■ BRIEF: Which lines have the string "IFCRELAGGREGATES"? Copy all of them from the entries below.

Records from a collection
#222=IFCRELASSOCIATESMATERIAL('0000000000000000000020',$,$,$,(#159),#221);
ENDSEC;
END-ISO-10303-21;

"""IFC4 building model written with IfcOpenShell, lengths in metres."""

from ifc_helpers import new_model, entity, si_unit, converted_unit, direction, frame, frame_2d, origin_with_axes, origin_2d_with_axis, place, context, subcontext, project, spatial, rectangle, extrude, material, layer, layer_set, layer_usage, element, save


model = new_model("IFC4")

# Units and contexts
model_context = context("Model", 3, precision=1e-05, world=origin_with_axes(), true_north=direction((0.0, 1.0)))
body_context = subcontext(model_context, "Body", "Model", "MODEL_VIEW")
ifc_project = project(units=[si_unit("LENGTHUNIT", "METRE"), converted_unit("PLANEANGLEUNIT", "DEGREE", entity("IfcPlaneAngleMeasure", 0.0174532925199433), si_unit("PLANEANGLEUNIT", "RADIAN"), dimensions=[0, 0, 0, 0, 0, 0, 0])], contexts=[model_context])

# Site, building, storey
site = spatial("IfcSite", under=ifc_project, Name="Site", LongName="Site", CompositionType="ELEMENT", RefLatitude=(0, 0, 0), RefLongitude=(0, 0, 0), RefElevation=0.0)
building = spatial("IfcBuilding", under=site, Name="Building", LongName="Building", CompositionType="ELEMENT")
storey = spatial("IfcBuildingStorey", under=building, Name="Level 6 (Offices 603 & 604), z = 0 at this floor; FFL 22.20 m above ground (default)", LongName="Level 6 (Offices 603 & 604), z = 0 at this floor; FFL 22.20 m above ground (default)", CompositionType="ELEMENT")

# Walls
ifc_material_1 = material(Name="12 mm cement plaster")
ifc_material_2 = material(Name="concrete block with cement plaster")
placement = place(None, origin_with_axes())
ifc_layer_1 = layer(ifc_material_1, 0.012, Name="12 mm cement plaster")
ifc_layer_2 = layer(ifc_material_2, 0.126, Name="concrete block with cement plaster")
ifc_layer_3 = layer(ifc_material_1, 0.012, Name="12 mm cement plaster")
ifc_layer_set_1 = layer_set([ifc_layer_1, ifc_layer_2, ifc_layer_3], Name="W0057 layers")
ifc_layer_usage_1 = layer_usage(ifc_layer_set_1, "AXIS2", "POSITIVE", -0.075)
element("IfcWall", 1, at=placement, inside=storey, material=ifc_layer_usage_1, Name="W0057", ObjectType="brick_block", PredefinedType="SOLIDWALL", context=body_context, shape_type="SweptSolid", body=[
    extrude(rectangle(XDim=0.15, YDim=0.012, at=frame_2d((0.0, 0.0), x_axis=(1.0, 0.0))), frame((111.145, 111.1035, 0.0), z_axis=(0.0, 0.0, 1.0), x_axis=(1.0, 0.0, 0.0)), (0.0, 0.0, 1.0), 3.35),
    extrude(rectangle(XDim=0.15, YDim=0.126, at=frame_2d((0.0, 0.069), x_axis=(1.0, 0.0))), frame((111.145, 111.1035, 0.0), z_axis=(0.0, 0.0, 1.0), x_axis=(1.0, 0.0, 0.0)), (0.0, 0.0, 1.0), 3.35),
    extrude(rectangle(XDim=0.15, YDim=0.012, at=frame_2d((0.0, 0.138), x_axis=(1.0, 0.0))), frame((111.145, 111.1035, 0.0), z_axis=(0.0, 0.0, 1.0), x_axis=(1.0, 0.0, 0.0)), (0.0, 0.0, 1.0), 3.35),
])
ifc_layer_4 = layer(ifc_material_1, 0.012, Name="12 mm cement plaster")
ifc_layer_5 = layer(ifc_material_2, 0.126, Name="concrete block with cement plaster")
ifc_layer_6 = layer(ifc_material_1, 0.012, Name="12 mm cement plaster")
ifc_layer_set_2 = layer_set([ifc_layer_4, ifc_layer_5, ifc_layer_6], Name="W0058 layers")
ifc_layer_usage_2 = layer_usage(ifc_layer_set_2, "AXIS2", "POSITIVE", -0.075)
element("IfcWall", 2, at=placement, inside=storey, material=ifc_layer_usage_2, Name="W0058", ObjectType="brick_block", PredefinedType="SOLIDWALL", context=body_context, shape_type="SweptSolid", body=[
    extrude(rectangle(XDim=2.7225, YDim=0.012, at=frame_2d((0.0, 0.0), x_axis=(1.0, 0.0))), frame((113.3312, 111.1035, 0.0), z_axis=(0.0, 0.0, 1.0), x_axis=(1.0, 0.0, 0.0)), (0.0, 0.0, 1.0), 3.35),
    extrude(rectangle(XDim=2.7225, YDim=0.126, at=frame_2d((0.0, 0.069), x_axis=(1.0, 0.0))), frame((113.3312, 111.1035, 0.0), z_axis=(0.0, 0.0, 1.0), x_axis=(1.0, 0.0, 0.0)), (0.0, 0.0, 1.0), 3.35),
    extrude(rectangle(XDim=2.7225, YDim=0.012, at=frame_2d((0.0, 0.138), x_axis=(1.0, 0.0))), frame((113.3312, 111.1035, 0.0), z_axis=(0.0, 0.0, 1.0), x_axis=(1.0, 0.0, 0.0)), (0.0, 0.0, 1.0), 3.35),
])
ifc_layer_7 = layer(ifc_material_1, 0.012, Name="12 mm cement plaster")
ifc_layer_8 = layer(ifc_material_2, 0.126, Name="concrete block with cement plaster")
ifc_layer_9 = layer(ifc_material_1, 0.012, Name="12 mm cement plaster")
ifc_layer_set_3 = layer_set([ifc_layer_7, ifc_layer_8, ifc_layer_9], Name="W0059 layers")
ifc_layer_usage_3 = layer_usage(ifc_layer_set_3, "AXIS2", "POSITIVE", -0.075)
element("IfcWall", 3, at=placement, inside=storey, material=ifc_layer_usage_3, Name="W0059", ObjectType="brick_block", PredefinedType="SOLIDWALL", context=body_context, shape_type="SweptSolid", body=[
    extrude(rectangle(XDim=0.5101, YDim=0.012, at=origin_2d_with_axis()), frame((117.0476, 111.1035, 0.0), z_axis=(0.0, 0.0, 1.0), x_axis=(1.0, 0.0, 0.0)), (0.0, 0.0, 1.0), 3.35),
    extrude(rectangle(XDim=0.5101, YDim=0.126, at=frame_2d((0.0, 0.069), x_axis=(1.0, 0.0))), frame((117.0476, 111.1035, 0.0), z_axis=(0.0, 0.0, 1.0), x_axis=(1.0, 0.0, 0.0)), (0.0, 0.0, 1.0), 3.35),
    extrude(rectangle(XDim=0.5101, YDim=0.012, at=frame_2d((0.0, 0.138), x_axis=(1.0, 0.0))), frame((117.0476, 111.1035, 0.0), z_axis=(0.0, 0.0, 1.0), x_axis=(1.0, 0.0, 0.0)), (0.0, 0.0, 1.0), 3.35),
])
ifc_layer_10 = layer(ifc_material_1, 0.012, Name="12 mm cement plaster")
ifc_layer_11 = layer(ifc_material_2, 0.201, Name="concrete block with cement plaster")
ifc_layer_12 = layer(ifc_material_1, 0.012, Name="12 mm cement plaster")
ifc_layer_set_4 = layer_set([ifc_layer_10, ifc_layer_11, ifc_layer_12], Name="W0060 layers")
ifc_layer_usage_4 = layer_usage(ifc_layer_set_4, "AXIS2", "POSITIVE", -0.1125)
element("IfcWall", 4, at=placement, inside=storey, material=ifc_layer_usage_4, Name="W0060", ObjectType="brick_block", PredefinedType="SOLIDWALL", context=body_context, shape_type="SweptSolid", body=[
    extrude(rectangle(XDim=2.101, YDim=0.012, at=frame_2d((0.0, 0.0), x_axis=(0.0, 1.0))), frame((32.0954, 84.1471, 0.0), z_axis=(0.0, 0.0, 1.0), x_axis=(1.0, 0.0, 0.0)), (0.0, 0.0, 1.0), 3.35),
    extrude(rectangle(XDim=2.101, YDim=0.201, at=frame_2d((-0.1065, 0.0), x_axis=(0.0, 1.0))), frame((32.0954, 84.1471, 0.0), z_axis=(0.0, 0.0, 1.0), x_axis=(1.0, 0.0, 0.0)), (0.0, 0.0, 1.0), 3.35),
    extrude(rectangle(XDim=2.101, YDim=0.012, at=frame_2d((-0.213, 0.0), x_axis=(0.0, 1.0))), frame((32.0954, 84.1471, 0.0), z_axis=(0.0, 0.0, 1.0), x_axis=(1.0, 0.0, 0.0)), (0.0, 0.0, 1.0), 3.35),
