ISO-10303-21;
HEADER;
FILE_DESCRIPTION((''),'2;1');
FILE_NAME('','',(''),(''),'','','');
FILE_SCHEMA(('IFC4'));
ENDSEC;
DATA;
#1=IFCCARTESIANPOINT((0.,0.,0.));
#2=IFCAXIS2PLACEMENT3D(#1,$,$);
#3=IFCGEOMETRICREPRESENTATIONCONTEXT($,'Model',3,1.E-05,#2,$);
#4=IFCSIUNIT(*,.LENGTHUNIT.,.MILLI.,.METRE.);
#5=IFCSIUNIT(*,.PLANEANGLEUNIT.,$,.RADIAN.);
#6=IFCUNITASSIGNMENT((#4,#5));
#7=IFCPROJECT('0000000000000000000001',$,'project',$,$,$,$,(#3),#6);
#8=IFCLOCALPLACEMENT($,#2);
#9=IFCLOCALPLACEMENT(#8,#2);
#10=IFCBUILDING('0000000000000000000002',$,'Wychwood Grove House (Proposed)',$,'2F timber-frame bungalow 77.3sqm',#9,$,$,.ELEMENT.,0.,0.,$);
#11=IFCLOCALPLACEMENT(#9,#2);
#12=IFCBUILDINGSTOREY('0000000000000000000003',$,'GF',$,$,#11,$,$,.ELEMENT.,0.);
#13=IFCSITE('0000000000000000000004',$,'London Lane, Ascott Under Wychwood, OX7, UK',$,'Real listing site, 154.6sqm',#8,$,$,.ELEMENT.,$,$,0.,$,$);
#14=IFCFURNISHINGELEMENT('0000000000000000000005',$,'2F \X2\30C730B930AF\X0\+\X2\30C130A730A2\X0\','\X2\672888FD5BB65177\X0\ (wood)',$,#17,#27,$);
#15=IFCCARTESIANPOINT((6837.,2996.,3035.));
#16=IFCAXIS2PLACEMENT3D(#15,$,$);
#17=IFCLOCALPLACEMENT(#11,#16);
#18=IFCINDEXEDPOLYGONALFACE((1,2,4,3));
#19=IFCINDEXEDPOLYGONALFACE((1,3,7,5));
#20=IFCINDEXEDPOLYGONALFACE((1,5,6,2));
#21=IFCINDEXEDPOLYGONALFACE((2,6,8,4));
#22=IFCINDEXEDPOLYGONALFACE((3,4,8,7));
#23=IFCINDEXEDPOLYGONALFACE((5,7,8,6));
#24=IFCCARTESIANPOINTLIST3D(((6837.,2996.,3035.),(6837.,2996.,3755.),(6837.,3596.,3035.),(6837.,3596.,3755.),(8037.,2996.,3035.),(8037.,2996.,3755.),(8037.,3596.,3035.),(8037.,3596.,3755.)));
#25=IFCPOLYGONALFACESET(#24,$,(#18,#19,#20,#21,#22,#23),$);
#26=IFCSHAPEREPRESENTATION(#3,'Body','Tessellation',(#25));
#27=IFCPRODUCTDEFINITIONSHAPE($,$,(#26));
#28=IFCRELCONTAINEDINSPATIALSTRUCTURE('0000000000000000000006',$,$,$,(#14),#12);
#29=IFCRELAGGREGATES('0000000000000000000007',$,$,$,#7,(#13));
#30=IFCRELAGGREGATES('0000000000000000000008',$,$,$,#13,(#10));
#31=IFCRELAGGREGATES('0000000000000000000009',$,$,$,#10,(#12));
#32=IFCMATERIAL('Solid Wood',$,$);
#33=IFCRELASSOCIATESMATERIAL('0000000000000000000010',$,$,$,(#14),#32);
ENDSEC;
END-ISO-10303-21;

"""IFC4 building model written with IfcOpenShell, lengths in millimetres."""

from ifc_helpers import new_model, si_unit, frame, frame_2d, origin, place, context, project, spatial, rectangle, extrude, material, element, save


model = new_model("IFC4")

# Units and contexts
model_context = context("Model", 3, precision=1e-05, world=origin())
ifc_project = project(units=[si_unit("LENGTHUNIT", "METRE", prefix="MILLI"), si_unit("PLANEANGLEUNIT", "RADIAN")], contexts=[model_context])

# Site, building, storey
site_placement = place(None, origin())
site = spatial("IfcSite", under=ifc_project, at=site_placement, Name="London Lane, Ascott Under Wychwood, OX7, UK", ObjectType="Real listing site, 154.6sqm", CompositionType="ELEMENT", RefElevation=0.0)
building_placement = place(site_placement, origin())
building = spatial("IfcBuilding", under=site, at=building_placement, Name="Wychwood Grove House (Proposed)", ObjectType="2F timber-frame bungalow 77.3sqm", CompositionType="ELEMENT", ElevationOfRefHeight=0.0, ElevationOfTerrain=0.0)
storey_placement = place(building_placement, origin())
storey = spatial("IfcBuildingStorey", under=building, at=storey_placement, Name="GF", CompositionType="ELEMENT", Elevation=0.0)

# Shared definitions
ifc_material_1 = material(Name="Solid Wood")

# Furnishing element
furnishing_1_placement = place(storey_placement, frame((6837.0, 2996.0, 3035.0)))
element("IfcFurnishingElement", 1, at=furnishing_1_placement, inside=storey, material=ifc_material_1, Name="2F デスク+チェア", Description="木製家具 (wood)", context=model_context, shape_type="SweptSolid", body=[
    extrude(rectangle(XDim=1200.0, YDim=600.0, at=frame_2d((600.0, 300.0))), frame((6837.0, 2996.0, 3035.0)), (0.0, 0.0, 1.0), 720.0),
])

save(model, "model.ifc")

■ ANSWER AREA:
#29=IFCRELAGGREGATES('0000000000000000000007',$,$,$,#7,(#13));
#30=IFCRELAGGREGATES('0000000000000000000008',$,$,$,#13,(#10));
#31=IFCRELAGGREGATES('0000000000000000000009',$,$,$,#10,(#12));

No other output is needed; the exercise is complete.